_Exercise aim_
Without omitting anything, write out the listing below precisely.
BEGIN Data for processing
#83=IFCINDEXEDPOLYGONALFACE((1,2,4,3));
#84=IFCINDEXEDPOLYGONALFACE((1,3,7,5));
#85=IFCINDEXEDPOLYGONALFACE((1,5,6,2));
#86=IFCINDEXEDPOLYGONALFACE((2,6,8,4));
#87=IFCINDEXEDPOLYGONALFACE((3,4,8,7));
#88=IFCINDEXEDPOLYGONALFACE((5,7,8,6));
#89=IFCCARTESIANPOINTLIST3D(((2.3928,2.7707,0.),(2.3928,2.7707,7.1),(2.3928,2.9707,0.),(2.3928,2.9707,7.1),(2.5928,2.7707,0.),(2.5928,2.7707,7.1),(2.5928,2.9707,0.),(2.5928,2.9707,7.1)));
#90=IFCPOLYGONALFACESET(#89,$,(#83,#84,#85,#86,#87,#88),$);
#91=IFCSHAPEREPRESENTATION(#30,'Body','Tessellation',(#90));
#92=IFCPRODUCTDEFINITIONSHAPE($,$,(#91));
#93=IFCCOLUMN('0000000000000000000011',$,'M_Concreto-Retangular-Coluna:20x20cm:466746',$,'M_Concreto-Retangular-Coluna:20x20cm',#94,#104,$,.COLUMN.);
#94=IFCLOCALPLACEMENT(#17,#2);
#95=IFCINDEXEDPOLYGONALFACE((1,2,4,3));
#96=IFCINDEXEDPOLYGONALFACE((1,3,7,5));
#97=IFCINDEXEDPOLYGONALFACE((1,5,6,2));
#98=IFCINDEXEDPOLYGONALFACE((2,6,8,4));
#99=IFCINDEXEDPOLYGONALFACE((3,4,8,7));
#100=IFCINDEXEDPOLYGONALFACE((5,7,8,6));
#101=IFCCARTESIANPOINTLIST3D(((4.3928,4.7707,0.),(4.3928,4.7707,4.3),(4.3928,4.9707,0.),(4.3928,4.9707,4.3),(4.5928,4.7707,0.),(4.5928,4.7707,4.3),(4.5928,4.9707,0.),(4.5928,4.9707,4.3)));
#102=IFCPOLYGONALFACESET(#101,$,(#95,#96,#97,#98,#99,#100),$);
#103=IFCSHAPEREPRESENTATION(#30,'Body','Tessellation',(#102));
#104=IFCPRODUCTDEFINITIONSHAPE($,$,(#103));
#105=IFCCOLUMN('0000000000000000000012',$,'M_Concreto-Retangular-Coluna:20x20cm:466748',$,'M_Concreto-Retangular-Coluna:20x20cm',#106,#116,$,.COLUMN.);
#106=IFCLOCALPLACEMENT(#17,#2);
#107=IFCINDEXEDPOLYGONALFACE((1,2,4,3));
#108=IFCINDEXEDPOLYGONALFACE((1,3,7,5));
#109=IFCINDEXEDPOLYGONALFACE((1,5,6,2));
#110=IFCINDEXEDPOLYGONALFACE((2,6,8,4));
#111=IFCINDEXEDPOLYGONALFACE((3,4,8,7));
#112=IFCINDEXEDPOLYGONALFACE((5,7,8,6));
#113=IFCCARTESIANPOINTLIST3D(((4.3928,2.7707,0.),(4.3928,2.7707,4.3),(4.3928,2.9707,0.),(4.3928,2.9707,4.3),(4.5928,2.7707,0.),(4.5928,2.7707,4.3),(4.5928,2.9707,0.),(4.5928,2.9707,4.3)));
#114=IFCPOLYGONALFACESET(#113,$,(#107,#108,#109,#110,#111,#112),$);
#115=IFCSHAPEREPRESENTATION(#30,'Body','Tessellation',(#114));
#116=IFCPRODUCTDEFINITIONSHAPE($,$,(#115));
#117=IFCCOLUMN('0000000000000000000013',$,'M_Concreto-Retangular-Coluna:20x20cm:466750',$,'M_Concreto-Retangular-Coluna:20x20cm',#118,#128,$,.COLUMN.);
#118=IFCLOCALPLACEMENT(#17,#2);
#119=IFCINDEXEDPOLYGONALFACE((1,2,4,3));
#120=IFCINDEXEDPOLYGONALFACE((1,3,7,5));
END Data for processing
_Solved exercise_
#83=IFCINDEXEDPOLYGONALFACE((1,2,4,3));
#84=IFCINDEXEDPOLYGONALFACE((1,3,7,5));
#85=IFCINDEXEDPOLYGONALFACE((1,5,6,2));
#86=IFCINDEXEDPOLYGONALFACE((2,6,8,4));
#87=IFCINDEXEDPOLYGONALFACE((3,4,8,7));
#88=IFCINDEXEDPOLYGONALFACE((5,7,8,6));
#89=IFCCARTESIANPOINTLIST3D(((2.3928,2.7707,0.),(2.3928,2.7707,7.1),(2.3928,2.9707,0.),(2.3928,2.9707,7.1),(2.5928,2.7707,0.),(2.5928,2.7707,7.1),(2.5928,2.9707,0.),(2.5928,2.9707,7.1)));
#90=IFCPOLYGONALFACESET(#89,$,(#83,#84,#85,#86,#87,#88),$);
#91=IFCSHAPEREPRESENTATION(#30,'Body','Tessellation',(#90));
#92=IFCPRODUCTDEFINITIONSHAPE($,$,(#91));
#93=IFCCOLUMN('0000000000000000000011',$,'M_Concreto-Retangular-Coluna:20x20cm:466746',$,'M_Concreto-Retangular-Coluna:20x20cm',#94,#104,$,.COLUMN.);
#94=IFCLOCALPLACEMENT(#17,#2);
#95=IFCINDEXEDPOLYGONALFACE((1,2,4,3));
#96=IFCINDEXEDPOLYGONALFACE((1,3,7,5));
#97=IFCINDEXEDPOLYGONALFACE((1,5,6,2));
#98=IFCINDEXEDPOLYGONALFACE((2,6,8,4));
#99=IFCINDEXEDPOLYGONALFACE((3,4,8,7));
#100=IFCINDEXEDPOLYGONALFACE((5,7,8,6));
#101=IFCCARTESIANPOINTLIST3D(((4.3928,4.7707,0.),(4.3928,4.7707,4.3),(4.3928,4.9707,0.),(4.3928,4.9707,4.3),(4.5928,4.7707,0.),(4.5928,4.7707,4.3),(4.5928,4.9707,0.),(4.5928,4.9707,4.3)));
#102=IFCPOLYGONALFACESET(#101,$,(#95,#96,#97,#98,#99,#100),$);
#103=IFCSHAPEREPRESENTATION(#30,'Body','Tessellation',(#102));
#104=IFCPRODUCTDEFINITIONSHAPE($,$,(#103));
#105=IFCCOLUMN('0000000000000000000012',$,'M_Concreto-Retangular-Coluna:20x20cm:466748',$,'M_Concreto-Retangular-Coluna:20x20cm',#106,#116,$,.COLUMN.);
#106=IFCLOCALPLACEMENT(#17,#2);
#107=IFCINDEXEDPOLYGONALFACE((1,2,4,3));
#108=IFCINDEXEDPOLYGONALFACE((1,3,7,5));
#109=IFCINDEXEDPOLYGONALFACE((1,5,6,2));
#110=IFCINDEXEDPOLYGONALFACE((2,6,8,4));
#111=IFCINDEXEDPOLYGONALFACE((3,4,8,7));
#112=IFCINDEXEDPOLYGONALFACE((5,7,8,6));
#113=IFCCARTESIANPOINTLIST3D(((4.3928,2.7707,0.),(4.3928,2.7707,4.3),(4.3928,2.9707,0.),(4.3928,2.9707,4.3),(4.5928,2.7707,0.),(4.5928,2.7707,4.3),(4.5928,2.9707,0.),(4.5928,2.9707,4.3)));
#114=IFCPOLYGONALFACESET(#113,$,(#107,#108,#109,#110,#111,#112),$);
#115=IFCSHAPEREPRESENTATION(#30,'Body','Tessellation',(#114));
#116=IFCPRODUCTDEFINITIONSHAPE($,$,(#115));
#117=IFCCOLUMN('0000000000000000000013',$,'M_Concreto-Retangular-Coluna:20x20cm:466750',$,'M_Concreto-Retangular-Coluna:20x20cm',#118,#128,$,.COLUMN.);
#118=IFCLOCALPLACEMENT(#17,#2);
#119=IFCINDEXEDPOLYGONALFACE((1,2,4,3));
#120=IFCINDEXEDPOLYGONALFACE((1,3,7,5));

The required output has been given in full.